Coupling without Communication and Drafter-Invariant Speculative Decoding

Suppose Alice has a distribution $P$ and Bob has a distribution $Q$. Alice wants to generate a sample $a\sim P$ and Bob a sample $b \sim Q$ such that $a = b$ with has as high of probability as possible. It is well-known that, by sampling from an optimal coupling between the distributions, Alice and Bob can achieve $Pr[a = b] = 1 - D_{TV}(P,Q)$, where $D_{TV}(P,Q)$ is the total variation distance. What if Alice and Bob must solve this same problem without communicating at all? Perhaps surprisingly, with access to public randomness, they can still achieve $Pr[a = b] \geq \frac{1 - D_{TV}(P,Q)}{1 + D_{TV}(P,Q)} \geq 1-2D_{TV}(P,Q)$. In fact, this bound can be obtained using a simple protocol based on the Weighted MinHash algorithm. In this work, we explore the communication-free coupling in greater depth. First, we show that an equally simple protocol based on Gumbel sampling matches the worst-case guarantees of the Weighted MinHash approach, but tends to perform better in practice. Conversely, we prove that both approaches are actually sharp: no communication-free protocol can achieve $Pr[a=b]>\frac{1 - D_{TV}(P,Q)}{1 + D_{TV}(P,Q)}$ in the worst-case. Finally, we prove that, for distributions over $n$ items, there exists a scheme that uses just $O(\log(n/\epsilon))$ bits of communication to achieve $Pr[a = b] = 1 - D_{TV}(P,Q) - \epsilon$, i.e. to essentially match optimal coupling. Beyond our theoretical results, we demonstrate an application of communication-free coupling to speculative decoding, a recent method for accelerating autoregressive large language models [Leviathan, Kalman, Matias, ICML 2023]. We show that communication-free protocols yield a variant of speculative decoding that we call Drafter-Invariant Speculative Decoding, which has the desirable property that the output of the method is fixed given a fixed random seed, regardless of what drafter is used for speculation.

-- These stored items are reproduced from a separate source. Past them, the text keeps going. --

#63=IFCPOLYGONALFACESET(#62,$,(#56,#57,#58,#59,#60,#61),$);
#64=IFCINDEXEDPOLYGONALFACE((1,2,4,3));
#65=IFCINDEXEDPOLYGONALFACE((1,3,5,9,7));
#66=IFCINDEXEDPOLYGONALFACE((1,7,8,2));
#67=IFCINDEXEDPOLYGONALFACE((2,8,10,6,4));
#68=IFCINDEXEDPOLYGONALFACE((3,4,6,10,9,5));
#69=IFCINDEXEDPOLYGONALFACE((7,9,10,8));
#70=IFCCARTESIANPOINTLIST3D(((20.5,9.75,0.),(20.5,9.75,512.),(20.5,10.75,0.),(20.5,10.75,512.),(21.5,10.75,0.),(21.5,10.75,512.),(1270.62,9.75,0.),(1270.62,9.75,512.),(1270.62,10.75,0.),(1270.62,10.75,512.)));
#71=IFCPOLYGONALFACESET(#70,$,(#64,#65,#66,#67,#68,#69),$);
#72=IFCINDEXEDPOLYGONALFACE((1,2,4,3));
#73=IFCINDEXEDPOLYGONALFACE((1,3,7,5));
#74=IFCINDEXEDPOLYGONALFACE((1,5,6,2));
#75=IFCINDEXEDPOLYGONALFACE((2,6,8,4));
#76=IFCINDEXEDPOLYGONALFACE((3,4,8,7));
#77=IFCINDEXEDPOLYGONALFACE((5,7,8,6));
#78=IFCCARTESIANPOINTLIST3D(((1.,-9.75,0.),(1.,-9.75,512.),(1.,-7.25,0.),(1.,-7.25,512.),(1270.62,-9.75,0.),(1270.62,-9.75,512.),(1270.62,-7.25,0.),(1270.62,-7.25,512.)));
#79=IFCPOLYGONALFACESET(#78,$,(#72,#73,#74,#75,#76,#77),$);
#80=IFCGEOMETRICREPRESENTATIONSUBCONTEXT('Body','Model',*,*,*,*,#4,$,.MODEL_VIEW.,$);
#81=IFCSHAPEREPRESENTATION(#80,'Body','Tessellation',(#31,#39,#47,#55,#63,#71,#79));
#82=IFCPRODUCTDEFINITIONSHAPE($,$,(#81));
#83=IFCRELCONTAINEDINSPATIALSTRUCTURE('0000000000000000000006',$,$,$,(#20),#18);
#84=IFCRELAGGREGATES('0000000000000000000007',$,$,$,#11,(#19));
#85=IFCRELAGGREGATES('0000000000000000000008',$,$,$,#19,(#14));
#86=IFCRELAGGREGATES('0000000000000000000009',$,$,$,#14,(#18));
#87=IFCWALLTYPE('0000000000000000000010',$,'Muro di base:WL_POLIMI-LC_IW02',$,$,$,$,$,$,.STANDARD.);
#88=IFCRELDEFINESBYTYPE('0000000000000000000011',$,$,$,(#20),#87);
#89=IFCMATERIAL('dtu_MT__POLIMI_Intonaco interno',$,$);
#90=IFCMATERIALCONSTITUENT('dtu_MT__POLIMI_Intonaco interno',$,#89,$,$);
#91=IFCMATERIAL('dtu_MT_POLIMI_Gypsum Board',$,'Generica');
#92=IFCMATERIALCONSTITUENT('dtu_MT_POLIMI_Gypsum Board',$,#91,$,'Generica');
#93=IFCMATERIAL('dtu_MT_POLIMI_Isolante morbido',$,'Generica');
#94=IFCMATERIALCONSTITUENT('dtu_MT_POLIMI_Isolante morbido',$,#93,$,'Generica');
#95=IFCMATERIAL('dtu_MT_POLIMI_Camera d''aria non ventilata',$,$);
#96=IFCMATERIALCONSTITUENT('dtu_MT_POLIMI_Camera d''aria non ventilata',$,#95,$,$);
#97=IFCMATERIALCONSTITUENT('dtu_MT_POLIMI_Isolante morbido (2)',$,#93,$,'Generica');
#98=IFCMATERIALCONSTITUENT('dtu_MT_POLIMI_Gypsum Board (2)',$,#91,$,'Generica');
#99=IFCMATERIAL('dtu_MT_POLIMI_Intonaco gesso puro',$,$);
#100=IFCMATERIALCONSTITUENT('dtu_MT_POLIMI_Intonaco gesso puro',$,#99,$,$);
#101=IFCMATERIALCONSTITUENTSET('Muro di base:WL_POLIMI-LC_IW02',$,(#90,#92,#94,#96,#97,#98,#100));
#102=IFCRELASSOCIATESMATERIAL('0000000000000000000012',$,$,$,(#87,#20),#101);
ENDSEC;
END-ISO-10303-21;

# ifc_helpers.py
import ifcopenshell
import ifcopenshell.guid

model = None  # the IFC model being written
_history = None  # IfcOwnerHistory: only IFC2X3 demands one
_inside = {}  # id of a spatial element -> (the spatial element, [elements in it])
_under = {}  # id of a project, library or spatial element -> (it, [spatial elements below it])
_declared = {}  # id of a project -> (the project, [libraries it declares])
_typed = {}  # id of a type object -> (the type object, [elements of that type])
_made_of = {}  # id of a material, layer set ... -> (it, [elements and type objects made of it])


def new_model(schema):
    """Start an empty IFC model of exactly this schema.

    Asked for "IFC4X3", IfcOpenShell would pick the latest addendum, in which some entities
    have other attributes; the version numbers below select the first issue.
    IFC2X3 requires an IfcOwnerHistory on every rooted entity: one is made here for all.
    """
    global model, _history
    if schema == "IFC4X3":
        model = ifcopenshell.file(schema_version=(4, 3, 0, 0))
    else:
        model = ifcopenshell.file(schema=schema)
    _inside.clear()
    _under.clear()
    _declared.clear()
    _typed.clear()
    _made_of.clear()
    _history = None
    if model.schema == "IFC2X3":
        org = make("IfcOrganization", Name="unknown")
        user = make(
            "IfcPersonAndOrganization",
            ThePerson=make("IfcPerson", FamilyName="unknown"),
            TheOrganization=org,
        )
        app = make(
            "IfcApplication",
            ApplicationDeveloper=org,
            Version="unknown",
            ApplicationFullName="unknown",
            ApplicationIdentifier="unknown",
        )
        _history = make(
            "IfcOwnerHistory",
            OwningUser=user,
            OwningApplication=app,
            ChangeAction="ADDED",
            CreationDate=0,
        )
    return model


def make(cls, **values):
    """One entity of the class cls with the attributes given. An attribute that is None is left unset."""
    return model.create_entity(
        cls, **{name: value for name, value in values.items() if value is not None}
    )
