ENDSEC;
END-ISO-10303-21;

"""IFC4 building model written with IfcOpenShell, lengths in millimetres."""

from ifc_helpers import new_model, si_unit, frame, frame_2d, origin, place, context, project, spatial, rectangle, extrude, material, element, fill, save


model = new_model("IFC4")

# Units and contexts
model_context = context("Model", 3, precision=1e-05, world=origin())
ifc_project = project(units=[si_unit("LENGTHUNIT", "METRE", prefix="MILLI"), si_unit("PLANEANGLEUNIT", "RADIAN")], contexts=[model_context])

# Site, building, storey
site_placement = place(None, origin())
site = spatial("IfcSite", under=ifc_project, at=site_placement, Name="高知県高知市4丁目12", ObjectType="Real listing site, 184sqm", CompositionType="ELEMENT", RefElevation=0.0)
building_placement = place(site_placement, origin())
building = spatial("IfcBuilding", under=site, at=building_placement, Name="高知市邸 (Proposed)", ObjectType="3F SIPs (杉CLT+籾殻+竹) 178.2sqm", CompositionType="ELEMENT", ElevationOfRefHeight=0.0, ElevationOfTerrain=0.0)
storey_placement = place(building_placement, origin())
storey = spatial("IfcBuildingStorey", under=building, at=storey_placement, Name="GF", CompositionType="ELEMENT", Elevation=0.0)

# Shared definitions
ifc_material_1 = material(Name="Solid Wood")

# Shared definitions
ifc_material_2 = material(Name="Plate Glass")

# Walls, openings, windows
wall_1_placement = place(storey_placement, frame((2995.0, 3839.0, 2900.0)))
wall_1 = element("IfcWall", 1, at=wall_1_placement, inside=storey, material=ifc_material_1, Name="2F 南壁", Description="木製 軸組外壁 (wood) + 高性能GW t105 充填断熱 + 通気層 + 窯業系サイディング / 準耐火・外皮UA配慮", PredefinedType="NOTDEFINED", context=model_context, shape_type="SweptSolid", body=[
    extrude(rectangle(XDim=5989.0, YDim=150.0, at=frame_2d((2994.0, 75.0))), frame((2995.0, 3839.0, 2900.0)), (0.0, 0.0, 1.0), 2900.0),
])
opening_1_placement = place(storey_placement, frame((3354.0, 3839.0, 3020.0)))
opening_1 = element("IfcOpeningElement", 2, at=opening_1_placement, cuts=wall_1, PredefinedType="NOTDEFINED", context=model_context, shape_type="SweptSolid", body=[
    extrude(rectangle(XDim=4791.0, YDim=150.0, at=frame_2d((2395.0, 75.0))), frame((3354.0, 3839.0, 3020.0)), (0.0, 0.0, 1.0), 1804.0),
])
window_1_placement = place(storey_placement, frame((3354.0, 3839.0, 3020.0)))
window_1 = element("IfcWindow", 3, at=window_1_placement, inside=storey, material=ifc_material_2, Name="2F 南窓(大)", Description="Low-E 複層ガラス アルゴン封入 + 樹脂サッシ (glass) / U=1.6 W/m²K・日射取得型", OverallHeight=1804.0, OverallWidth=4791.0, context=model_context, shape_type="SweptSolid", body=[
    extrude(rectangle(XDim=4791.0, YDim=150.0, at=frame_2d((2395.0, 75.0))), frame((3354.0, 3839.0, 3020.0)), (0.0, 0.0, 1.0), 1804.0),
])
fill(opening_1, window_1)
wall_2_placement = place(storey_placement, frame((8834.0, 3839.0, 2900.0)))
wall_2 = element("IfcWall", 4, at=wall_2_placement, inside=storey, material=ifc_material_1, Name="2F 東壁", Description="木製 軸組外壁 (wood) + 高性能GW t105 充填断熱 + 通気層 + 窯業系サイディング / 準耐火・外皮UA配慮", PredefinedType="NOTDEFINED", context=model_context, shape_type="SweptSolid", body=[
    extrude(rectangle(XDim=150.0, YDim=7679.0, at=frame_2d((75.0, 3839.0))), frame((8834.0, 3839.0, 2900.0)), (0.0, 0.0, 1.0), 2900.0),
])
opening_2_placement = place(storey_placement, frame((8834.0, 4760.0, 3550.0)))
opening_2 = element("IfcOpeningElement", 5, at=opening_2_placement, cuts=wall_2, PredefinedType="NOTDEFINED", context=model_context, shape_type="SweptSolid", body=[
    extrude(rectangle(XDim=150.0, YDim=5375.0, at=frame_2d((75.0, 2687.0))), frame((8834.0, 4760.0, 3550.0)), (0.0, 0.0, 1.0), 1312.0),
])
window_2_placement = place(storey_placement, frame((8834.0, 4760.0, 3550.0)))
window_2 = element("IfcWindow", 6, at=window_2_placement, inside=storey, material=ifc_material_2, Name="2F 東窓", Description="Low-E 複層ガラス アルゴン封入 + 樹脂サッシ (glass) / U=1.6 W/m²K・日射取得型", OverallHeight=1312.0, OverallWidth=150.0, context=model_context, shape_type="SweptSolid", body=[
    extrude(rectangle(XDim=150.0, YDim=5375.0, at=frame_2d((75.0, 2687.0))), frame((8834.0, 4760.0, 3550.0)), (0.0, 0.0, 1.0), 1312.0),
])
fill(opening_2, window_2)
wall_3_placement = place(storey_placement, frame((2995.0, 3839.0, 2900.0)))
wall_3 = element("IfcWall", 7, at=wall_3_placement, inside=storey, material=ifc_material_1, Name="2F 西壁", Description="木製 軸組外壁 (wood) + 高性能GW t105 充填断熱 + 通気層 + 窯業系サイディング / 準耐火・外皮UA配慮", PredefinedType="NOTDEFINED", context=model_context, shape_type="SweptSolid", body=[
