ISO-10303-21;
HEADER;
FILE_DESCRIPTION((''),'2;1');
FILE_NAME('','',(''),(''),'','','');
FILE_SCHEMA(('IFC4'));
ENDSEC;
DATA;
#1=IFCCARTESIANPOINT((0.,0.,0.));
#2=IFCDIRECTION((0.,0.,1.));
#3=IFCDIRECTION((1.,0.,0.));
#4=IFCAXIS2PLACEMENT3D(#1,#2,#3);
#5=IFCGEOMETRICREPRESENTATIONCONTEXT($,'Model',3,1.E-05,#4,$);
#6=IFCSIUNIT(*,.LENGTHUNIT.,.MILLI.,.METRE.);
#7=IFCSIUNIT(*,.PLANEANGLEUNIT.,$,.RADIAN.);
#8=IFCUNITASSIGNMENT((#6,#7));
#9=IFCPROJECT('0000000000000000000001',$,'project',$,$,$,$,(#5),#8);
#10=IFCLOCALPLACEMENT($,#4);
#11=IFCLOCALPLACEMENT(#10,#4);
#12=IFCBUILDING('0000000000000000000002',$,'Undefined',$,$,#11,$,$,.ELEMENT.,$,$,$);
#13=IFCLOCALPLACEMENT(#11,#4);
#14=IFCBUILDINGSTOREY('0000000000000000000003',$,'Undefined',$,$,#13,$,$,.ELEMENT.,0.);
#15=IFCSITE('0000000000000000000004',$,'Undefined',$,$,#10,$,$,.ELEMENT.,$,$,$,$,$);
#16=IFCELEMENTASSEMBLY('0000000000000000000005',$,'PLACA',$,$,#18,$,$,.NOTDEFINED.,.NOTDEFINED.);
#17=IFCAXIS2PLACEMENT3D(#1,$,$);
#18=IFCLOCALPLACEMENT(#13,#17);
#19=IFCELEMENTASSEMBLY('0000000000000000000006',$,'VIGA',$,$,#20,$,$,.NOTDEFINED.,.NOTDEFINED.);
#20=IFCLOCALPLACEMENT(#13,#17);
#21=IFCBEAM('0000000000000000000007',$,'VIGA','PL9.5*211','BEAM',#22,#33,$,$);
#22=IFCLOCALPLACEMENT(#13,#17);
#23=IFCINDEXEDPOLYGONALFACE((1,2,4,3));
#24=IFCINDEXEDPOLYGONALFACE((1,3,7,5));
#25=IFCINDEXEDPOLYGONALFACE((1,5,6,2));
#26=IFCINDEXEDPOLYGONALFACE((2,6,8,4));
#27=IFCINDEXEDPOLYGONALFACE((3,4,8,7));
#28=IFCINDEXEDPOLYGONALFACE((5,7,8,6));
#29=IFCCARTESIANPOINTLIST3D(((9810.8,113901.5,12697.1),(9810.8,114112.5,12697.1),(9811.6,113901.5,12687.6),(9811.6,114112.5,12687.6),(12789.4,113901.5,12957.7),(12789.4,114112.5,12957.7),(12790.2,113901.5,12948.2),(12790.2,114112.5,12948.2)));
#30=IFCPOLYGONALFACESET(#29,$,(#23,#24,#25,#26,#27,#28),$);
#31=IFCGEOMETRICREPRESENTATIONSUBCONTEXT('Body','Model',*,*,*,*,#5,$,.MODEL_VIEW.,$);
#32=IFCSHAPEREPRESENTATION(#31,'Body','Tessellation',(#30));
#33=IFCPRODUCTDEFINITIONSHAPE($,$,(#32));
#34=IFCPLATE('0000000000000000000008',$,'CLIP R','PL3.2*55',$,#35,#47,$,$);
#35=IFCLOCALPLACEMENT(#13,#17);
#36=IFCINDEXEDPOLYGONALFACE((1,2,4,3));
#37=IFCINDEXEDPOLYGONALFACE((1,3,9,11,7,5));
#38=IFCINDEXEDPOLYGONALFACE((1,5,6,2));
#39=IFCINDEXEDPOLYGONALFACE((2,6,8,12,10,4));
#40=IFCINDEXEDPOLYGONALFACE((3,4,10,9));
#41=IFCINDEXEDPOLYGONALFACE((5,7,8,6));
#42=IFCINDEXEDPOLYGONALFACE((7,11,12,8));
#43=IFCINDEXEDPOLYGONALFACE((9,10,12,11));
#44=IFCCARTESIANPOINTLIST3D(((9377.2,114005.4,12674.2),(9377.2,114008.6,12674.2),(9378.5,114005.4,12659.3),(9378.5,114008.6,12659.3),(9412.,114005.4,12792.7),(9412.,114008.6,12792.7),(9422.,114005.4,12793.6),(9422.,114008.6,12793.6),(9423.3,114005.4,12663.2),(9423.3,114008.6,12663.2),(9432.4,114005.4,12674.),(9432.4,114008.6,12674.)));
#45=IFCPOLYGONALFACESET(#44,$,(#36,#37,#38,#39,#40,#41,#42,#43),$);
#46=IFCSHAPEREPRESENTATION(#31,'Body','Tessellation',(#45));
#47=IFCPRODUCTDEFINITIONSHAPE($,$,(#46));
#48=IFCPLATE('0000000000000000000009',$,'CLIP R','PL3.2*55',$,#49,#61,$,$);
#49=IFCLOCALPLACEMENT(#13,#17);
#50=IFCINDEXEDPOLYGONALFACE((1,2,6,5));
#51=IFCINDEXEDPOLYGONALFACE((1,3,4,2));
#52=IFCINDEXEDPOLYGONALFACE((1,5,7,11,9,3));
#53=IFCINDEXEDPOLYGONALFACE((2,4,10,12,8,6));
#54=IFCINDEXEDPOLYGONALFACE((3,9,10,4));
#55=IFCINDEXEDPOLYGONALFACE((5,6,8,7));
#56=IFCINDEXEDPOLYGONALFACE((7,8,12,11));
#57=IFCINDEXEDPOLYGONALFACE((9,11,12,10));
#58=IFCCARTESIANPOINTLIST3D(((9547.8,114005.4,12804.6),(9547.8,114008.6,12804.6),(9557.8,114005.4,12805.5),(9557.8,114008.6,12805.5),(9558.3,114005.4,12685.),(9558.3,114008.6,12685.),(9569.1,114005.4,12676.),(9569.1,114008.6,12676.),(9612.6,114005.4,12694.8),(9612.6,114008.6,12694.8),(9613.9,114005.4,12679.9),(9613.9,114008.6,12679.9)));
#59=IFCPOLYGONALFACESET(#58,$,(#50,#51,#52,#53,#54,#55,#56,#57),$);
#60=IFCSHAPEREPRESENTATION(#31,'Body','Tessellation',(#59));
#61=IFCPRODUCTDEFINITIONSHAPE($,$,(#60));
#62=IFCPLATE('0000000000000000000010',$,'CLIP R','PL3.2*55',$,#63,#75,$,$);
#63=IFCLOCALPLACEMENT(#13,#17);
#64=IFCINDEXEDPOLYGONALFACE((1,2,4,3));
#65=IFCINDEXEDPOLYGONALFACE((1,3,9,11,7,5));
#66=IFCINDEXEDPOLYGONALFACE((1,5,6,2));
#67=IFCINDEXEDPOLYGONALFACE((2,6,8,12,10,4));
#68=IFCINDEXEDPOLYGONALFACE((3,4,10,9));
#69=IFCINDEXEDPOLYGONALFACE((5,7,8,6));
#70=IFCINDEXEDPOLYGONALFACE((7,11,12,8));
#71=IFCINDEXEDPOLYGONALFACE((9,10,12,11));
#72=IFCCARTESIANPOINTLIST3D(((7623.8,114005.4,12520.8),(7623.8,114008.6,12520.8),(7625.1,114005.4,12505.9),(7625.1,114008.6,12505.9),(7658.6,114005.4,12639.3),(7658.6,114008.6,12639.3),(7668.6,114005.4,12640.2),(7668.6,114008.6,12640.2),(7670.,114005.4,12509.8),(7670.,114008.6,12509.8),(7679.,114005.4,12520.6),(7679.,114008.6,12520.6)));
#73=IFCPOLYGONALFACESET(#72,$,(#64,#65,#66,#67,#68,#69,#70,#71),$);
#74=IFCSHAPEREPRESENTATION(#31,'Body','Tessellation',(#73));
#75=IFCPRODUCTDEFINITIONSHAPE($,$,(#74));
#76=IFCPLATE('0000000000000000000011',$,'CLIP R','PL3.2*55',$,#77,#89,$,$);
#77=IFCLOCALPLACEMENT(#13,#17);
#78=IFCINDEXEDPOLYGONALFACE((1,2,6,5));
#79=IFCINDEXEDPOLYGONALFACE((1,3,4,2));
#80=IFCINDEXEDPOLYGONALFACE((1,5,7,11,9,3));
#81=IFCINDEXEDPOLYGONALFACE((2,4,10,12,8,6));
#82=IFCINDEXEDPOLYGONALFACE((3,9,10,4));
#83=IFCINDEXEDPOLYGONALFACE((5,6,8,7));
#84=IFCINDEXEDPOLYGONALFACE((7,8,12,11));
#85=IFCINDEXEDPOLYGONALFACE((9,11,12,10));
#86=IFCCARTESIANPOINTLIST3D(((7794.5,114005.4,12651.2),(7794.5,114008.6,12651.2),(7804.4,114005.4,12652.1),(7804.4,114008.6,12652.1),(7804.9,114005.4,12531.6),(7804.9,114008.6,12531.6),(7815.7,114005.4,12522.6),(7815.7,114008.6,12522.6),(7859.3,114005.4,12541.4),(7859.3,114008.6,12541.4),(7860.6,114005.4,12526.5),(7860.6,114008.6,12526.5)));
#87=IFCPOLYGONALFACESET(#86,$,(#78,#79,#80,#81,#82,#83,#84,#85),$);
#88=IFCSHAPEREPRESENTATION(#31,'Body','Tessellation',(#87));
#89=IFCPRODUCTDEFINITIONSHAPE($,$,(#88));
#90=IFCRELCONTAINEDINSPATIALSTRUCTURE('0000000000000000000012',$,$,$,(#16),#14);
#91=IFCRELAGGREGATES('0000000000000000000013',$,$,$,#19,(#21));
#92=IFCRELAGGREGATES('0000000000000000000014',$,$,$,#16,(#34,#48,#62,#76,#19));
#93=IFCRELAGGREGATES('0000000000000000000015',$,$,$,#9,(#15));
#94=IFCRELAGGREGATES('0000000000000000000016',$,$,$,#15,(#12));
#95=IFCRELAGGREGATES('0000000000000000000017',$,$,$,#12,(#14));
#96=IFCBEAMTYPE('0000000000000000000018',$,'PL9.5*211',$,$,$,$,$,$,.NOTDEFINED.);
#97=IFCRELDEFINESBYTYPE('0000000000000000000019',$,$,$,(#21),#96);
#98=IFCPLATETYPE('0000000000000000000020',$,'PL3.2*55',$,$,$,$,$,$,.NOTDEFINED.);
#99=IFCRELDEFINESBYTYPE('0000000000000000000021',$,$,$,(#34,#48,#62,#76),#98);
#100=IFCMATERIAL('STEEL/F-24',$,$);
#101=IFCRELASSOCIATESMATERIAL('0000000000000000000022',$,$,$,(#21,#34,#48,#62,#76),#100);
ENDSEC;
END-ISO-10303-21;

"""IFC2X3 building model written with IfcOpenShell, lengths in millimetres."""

from ifc_helpers import new_model, si_unit, frame, origin_with_axes, origin_2d_with_axis, place, context, subcontext, project, spatial, polyline, rectangle, outline, extrude, material, type_object, element, aggregate, save


model = new_model("IFC2X3")

# Units and contexts
model_context = context("Model", 3, precision=1e-05, world=origin_with_axes())
body_context = subcontext(model_context, "Body", "Model", "MODEL_VIEW")
ifc_project = project(units=[si_unit("LENGTHUNIT", "METRE", prefix="MILLI"), si_unit("PLANEANGLEUNIT", "RADIAN")], contexts=[model_context])

# Site, building, storey
site_placement = place(None, origin_with_axes())
site = spatial("IfcSite", under=ifc_project, at=site_placement, Name="Undefined", CompositionType="ELEMENT")
building_placement = place(site_placement, origin_with_axes())
building = spatial("IfcBuilding", under=site, at=building_placement, Name="Undefined", CompositionType="ELEMENT")
storey_placement = place(building_placement, origin_with_axes())
storey = spatial("IfcBuildingStorey", under=building, at=storey_placement, Name="Undefined", CompositionType="ELEMENT", Elevation=0.0)

# Shared definitions
ifc_material_1 = material(Name="STEEL/F-24")

# Element assemblies, beam, plates
assembly_1_placement = place(storey_placement, origin_with_axes())
assembly_1 = element("IfcElementAssembly", 1, at=assembly_1_placement, inside=storey, Name="PLACA", AssemblyPlace="NOTDEFINED", PredefinedType="NOTDEFINED")
assembly_2_placement = place(assembly_1_placement, origin_with_axes())
assembly_2 = element("IfcElementAssembly", 2, at=assembly_2_placement, Name="VIGA", AssemblyPlace="NOTDEFINED", PredefinedType="NOTDEFINED")
beam_type_1 = type_object("IfcBeamType", Name="PL9.5*211", PredefinedType="NOTDEFINED")
beam_1_placement = place(assembly_2_placement, frame((9811.2, 114007.0, 12692.4), z_axis=(0.0, -1.0, 0.0), x_axis=(0.996195, 0.0, 0.087155)))
beam_1 = element("IfcBeam", 3, at=beam_1_placement, type_object=beam_type_1, material=ifc_material_1, Name="VIGA", Description="PL9.5*211", ObjectType="BEAM", context=body_context, shape_type="SweptSolid", body=[
    extrude(rectangle(XDim=9.5, YDim=211.0, at=origin_2d_with_axis()), frame((2990.0, 0.0, 0.0), z_axis=(-1.0, 0.0, 0.0), x_axis=(0.0, -1.0, 0.0)), (0.0, 0.0, 1.0), 2990.0),
])
aggregate(assembly_2, [beam_1])
plate_type = type_object("IfcPlateType", Name="PL3.2*55", PredefinedType="NOTDEFINED")
plate_1_placement = place(assembly_1_placement, frame((9422.0, 114007.0, 12793.6), z_axis=(0.0, -1.0, 0.0), x_axis=(-0.996195, 0.0, -0.087155)))
plate_1 = element("IfcPlate", 4, at=plate_1_placement, type_object=plate_type, material=ifc_material_1, Name="CLIP R", Description="PL3.2*55", context=body_context, shape_type="SweptSolid", body=[
    extrude(outline(polyline([(0.0, 0.0), (10.0, 0.0), (55.0, 115.0), (55.0, 130.0), (10.0, 130.0), (0.0, 120.0), (0.0, 0.0)])), frame((0.0, 0.0, -1.6), z_axis=(0.0, 0.0, 1.0), x_axis=(1.0, 0.0, 0.0)), (0.0, 0.0, 1.0), 3.2),
])
plate_2_placement = place(assembly_1_placement, frame((9547.8, 114007.0, 12804.6), z_axis=(0.0, 1.0, 0.0), x_axis=(0.996195, 0.0, 0.087155)))
plate_2 = element("IfcPlate", 5, at=plate_2_placement, type_object=plate_type, material=ifc_material_1, Name="CLIP R", Description="PL3.2*55", context=body_context, shape_type="SweptSolid", body=[
    extrude(outline(polyline([(0.0, 0.0), (10.0, 0.0), (55.0, 115.0), (55.0, 130.0), (10.0, 130.0), (0.0, 120.0), (0.0, 0.0)])), frame((0.0, 0.0, -1.6), z_axis=(0.0, 0.0, 1.0), x_axis=(1.0, 0.0, 0.0)), (0.0, 0.0, 1.0), 3.2),
])
plate_3_placement = place(assembly_1_placement, frame((7668.6, 114007.0, 12640.2), z_axis=(0.0, -1.0, 0.0), x_axis=(-0.996195, 0.0, -0.087155)))
plate_3 = element("IfcPlate", 6, at=plate_3_placement, type_object=plate_type, material=ifc_material_1, Name="CLIP R", Description="PL3.2*55", context=body_context, shape_type="SweptSolid", body=[
    extrude(outline(polyline([(0.0, 0.0), (10.0, 0.0), (55.0, 115.0), (55.0, 130.0), (10.0, 130.0), (0.0, 120.0), (0.0, 0.0)])), frame((0.0, 0.0, -1.6), z_axis=(0.0, 0.0, 1.0), x_axis=(1.0, 0.0, 0.0)), (0.0, 0.0, 1.0), 3.2),
])
plate_4_placement = place(assembly_1_placement, frame((7794.5, 114007.0, 12651.2), z_axis=(0.0, 1.0, 0.0), x_axis=(0.996195, 0.0, 0.087155)))
plate_4 = element("IfcPlate", 7, at=plate_4_placement, type_object=plate_type, material=ifc_material_1, Name="CLIP R", Description="PL3.2*55", context=body_context, shape_type="SweptSolid", body=[
    extrude(outline(polyline([(0.0, 0.0), (10.0, 0.0), (55.0, 115.0), (55.0, 130.0), (10.0, 130.0), (0.0, 120.0), (0.0, 0.0)])), frame((0.0, 0.0, -1.6), z_axis=(0.0, 0.0, 1.0), x_axis=(1.0, 0.0, 0.0)), (0.0, 0.0, 1.0), 3.2),
])
aggregate(assembly_1, [plate_1, plate_2, plate_3, plate_4, assembly_2])

save(model, "model.ifc")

翻译：假设Alice拥有分布$P$，Bob拥有分布$Q$。Alice希望生成样本$a\sim P$，Bob希望生成样本$b \sim Q$，并使得$a = b$的概率尽可能高。众所周知，通过对分布间的最优耦合进行采样，Alice和Bob可以实现$Pr[a = b] = 1 - D_{TV}(P,Q)$，其中$D_{TV}(P,Q)$为总变差距离。如果Alice和Bob必须在完全不通信的情况下解决相同的问题呢？或许令人惊讶的是，借助公共随机性，他们仍然可以实现$Pr[a = b] \geq \frac{1 - D_{TV}(P,Q)}{1 + D_{TV}(P,Q)} \geq 1-2D_{TV}(P,Q)$。实际上，这一界限可以通过一种基于加权最小哈希算法的简单协议获得。在本工作中，我们更深入地探讨了无需通信的耦合问题。首先，我们证明了一种基于Gumbel采样的同等简单的协议，其最坏情况保证与加权最小哈希方法相匹配，但在实践中往往表现更优。相反，我们证明这两种方法实际上都是尖锐的：在最坏情况下，任何无需通信的协议都无法实现$Pr[a=b]>\frac{1 - D_{TV}(P,Q)}{1 + D_{TV}(P,Q)}$。最后，我们证明对于$n$个项上的分布，存在一种方案仅使用$O(\log(n/\epsilon))$比特的通信即可实现$Pr[a = b] = 1 - D_{TV}(P,Q) - \epsilon$，从而在本质上匹配最优耦合。除了理论结果外，我们展示了无需通信的耦合在推测解码中的应用，这是一种用于加速自回归大语言模型的新方法[Leviathan, Kalman, Matias, ICML 2023]。我们证明，无需通信的协议产生了一种我们称之为“起草者无关的推测解码”的推测解码变体，该变体具有一个理想特性：在给定固定随机种子的情况下，无论使用何种起草模型进行推测，该方法的输出都是确定的。